» **Work to complete**: Below are the entries; return every line among them that holds the word "IFCRECTANGLEPROFILEDEF".

» **Supplied records**:
──────────────────────────────

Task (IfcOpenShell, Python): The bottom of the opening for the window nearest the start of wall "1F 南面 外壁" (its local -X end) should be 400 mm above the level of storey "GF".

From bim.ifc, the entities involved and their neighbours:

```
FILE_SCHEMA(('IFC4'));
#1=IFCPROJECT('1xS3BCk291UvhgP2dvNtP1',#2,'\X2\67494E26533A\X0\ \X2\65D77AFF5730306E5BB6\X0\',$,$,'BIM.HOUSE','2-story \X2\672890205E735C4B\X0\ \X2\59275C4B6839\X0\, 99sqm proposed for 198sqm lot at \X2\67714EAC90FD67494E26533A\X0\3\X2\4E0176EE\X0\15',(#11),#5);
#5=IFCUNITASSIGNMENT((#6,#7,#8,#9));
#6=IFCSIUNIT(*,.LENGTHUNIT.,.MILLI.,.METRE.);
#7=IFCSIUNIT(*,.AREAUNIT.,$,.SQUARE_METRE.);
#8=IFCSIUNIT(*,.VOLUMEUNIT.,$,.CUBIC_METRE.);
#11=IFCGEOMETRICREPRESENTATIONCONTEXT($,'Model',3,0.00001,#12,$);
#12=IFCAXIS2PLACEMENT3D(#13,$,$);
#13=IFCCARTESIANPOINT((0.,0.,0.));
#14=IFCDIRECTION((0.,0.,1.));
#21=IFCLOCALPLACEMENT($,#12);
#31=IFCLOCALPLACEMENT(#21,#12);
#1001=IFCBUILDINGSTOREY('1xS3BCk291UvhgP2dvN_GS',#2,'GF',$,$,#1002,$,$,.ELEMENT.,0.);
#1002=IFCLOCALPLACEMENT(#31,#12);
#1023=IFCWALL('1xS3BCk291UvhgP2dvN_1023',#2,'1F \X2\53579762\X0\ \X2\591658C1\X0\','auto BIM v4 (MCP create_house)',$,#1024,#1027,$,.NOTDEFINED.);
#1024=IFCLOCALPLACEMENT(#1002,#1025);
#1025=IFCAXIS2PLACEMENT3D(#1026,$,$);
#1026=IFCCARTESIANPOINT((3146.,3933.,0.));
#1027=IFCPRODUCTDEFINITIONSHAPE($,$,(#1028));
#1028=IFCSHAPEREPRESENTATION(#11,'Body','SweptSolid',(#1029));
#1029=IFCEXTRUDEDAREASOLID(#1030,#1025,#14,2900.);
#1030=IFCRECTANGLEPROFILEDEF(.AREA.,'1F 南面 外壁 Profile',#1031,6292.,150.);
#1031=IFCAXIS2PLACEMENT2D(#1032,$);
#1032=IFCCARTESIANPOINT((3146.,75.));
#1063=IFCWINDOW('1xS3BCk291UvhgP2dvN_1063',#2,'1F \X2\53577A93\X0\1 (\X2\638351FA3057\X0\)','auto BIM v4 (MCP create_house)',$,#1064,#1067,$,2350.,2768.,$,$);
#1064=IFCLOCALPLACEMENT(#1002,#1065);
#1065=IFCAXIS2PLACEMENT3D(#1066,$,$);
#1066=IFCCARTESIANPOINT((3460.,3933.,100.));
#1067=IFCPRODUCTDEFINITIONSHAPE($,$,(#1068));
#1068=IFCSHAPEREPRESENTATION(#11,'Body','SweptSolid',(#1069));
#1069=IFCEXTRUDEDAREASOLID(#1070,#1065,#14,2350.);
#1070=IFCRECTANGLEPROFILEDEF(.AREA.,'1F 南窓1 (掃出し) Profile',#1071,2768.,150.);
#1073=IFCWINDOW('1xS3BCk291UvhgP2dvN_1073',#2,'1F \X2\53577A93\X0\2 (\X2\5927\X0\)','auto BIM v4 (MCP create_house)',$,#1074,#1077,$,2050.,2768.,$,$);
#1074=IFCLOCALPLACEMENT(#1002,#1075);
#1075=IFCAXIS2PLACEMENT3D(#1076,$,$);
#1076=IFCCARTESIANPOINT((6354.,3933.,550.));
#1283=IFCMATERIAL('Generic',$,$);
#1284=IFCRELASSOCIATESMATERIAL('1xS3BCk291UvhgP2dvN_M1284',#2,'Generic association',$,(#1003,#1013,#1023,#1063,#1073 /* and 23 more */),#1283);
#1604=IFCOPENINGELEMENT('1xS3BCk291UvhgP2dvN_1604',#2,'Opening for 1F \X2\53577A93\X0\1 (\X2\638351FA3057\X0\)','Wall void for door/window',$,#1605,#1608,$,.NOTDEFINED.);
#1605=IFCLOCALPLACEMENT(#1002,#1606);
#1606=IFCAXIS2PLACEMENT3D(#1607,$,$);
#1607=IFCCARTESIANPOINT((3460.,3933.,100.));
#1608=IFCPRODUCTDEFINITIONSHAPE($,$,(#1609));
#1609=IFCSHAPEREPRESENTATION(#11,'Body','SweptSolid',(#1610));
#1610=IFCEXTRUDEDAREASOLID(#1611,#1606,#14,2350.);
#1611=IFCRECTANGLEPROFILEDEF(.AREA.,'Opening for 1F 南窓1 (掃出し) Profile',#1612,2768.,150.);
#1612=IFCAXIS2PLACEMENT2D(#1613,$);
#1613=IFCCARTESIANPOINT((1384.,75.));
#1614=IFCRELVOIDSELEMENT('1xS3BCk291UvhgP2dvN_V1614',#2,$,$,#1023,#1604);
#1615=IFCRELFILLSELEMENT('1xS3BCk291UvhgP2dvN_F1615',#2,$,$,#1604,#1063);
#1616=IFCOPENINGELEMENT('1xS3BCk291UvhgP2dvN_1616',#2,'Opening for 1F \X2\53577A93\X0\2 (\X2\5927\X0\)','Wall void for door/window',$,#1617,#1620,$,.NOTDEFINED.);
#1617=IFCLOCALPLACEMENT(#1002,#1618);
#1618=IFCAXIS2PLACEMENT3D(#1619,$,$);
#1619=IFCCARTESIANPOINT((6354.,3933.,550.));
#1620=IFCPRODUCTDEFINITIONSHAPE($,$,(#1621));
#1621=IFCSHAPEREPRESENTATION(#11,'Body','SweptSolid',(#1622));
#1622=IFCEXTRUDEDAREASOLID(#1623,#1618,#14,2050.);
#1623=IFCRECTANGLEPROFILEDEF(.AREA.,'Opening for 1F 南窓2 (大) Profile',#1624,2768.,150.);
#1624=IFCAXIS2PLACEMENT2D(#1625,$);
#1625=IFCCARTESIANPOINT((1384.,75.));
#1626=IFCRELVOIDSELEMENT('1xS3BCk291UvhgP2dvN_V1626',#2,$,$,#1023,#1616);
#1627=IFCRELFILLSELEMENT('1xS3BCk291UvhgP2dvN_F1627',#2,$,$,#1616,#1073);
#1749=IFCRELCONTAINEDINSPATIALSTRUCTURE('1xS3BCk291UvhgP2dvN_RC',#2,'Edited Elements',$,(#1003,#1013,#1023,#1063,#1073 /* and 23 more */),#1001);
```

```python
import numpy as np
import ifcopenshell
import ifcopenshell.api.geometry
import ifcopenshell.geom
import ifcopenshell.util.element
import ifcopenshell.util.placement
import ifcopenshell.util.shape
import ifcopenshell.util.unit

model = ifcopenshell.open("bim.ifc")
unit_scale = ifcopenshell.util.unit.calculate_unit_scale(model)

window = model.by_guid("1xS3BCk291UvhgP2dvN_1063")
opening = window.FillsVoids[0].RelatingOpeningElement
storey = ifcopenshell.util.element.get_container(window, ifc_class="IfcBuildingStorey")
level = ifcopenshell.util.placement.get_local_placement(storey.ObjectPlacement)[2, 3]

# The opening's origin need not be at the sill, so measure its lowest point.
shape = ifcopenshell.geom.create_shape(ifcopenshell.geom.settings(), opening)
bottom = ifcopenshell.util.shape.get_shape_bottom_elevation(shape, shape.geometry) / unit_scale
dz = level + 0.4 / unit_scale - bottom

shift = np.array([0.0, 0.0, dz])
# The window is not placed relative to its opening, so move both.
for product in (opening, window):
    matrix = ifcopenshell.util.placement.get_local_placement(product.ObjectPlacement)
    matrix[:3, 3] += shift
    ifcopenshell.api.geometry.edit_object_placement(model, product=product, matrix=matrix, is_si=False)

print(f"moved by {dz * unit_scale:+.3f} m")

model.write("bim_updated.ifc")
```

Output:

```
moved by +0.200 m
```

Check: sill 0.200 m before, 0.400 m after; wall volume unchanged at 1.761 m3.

──────────────────────────────

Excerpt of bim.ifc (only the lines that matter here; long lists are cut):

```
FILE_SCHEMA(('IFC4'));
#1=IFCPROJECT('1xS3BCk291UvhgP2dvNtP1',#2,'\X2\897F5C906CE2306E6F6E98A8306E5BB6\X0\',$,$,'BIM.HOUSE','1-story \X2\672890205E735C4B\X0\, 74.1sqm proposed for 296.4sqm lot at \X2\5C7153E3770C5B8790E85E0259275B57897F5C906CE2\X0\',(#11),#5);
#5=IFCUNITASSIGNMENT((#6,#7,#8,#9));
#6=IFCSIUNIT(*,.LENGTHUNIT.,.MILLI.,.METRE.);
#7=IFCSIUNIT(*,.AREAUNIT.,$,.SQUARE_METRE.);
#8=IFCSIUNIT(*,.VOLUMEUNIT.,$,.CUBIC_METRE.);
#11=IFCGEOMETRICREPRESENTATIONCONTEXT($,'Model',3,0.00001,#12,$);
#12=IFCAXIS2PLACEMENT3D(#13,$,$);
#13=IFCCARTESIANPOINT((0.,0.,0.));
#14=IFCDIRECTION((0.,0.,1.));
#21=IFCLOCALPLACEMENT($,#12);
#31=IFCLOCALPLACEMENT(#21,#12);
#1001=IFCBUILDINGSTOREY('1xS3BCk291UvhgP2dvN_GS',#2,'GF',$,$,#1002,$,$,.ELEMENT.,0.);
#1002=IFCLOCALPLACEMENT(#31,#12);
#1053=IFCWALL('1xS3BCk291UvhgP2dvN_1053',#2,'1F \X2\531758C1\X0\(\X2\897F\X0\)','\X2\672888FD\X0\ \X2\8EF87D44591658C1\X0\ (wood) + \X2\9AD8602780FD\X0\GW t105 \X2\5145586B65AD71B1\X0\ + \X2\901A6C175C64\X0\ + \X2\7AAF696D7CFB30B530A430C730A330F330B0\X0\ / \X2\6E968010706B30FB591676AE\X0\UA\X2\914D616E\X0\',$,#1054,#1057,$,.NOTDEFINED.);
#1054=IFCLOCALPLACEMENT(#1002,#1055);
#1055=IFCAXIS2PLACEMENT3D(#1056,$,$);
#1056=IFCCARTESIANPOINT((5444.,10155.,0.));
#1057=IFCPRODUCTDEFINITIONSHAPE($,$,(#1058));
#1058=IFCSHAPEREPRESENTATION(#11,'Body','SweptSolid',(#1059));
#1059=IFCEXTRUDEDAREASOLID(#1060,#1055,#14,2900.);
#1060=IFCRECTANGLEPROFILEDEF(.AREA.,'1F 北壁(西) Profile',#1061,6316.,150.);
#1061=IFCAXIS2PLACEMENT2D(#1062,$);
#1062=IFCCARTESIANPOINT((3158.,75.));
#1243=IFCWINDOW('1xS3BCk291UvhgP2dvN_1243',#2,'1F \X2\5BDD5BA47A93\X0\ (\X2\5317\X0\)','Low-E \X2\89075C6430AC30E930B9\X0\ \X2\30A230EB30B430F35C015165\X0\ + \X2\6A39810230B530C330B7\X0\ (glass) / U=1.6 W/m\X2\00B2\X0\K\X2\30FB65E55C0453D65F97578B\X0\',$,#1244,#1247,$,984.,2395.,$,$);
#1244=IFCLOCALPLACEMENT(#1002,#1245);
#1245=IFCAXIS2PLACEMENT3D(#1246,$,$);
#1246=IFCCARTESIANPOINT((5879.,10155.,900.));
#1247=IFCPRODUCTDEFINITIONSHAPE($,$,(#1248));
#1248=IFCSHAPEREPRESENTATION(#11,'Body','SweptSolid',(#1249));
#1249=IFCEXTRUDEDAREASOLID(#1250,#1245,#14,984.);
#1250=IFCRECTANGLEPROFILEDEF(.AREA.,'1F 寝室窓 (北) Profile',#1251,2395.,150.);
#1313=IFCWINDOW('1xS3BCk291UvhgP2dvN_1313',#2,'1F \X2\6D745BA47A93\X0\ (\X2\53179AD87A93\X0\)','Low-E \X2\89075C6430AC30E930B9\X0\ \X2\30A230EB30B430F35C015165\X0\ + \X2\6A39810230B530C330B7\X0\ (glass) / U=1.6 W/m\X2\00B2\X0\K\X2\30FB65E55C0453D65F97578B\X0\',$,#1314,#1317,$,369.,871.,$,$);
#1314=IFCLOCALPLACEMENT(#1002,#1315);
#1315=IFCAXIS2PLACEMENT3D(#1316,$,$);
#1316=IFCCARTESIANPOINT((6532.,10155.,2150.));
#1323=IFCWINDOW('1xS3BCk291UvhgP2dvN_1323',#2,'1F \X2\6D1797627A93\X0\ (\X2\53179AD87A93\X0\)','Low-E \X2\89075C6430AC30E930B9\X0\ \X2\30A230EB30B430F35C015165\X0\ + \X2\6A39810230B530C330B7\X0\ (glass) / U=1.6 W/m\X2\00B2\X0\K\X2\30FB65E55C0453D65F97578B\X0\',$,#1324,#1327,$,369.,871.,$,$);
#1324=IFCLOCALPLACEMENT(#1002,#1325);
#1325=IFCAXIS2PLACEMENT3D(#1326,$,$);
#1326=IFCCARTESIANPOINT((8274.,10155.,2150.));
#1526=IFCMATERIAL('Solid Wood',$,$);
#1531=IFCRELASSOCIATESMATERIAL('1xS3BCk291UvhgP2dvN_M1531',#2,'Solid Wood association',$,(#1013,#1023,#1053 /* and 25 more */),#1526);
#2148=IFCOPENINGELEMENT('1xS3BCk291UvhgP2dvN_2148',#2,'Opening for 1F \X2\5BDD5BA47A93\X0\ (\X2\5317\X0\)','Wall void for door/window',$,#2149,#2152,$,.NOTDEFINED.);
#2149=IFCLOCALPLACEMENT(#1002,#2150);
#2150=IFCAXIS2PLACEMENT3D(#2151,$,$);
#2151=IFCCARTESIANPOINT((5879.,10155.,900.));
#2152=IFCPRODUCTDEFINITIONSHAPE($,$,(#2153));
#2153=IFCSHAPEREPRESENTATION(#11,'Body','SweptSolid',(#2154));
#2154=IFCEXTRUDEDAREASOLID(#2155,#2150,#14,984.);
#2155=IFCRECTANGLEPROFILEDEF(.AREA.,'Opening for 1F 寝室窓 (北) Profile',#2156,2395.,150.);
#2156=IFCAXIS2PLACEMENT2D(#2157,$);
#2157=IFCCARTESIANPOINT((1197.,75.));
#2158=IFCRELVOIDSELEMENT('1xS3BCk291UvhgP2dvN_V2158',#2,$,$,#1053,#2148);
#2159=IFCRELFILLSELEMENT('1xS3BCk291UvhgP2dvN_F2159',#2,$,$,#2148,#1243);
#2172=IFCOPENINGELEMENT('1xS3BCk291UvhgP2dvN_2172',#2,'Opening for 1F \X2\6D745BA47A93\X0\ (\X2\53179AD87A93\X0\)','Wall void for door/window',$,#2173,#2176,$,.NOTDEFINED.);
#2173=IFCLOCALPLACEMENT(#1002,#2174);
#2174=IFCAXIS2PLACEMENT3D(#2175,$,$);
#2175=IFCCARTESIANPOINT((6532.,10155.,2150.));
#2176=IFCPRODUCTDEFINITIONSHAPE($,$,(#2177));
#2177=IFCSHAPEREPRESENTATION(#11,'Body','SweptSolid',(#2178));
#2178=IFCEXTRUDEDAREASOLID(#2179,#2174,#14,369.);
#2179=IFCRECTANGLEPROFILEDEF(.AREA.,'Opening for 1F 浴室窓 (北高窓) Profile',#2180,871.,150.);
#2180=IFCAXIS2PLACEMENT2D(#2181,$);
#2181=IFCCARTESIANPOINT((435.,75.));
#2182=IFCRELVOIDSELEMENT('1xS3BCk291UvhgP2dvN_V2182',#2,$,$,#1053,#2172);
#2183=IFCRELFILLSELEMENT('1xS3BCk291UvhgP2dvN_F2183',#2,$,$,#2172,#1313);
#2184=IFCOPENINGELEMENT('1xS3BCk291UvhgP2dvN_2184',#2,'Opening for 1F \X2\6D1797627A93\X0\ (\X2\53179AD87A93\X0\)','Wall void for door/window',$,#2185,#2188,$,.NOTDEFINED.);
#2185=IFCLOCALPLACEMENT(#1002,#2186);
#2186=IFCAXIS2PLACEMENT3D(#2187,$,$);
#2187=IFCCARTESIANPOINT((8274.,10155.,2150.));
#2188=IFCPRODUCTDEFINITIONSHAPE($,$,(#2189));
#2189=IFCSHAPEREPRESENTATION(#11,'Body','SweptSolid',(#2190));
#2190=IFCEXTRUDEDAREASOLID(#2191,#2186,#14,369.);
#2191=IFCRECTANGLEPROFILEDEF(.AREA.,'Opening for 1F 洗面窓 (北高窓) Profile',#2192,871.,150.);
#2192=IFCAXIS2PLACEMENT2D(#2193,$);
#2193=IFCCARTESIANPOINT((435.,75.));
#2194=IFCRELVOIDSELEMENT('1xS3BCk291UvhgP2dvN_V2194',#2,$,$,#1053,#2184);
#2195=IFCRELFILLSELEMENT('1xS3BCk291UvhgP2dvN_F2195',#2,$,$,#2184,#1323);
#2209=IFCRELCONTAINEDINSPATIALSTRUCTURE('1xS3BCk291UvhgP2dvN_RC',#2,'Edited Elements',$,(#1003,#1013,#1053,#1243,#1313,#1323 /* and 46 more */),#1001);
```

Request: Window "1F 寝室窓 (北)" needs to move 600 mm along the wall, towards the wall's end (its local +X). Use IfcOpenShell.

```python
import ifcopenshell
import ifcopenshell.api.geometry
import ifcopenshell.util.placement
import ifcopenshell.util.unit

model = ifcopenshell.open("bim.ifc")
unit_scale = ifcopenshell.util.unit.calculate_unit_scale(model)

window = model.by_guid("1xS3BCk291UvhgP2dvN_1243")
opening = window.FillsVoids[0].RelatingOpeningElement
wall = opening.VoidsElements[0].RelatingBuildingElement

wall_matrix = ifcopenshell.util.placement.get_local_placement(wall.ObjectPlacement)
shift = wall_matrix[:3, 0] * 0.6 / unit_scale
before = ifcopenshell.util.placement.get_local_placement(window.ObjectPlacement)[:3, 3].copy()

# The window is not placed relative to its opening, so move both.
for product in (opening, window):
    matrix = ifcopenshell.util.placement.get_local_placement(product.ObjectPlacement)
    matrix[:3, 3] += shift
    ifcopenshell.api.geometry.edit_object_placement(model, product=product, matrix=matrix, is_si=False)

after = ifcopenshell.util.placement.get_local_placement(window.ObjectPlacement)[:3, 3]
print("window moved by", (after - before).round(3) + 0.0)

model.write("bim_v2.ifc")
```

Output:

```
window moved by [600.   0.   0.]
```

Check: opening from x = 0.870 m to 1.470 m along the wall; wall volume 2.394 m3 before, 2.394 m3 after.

──────────────────────────────

» **Output for this exercise**:
#1030=IFCRECTANGLEPROFILEDEF(.AREA.,'1F 南面 外壁 Profile',#1031,6292.,150.);
#1070=IFCRECTANGLEPROFILEDEF(.AREA.,'1F 南窓1 (掃出し) Profile',#1071,2768.,150.);
#1611=IFCRECTANGLEPROFILEDEF(.AREA.,'Opening for 1F 南窓1 (掃出し) Profile',#1612,2768.,150.);
#1623=IFCRECTANGLEPROFILEDEF(.AREA.,'Opening for 1F 南窓2 (大) Profile',#1624,2768.,150.);
#1060=IFCRECTANGLEPROFILEDEF(.AREA.,'1F 北壁(西) Profile',#1061,6316.,150.);
#1250=IFCRECTANGLEPROFILEDEF(.AREA.,'1F 寝室窓 (北) Profile',#1251,2395.,150.);
#2155=IFCRECTANGLEPROFILEDEF(.AREA.,'Opening for 1F 寝室窓 (北) Profile',#2156,2395.,150.);
#2179=IFCRECTANGLEPROFILEDEF(.AREA.,'Opening for 1F 浴室窓 (北高窓) Profile',#2180,871.,150.);
#2191=IFCRECTANGLEPROFILEDEF(.AREA.,'Opening for 1F 洗面窓 (北高窓) Profile',#2192,871.,150.);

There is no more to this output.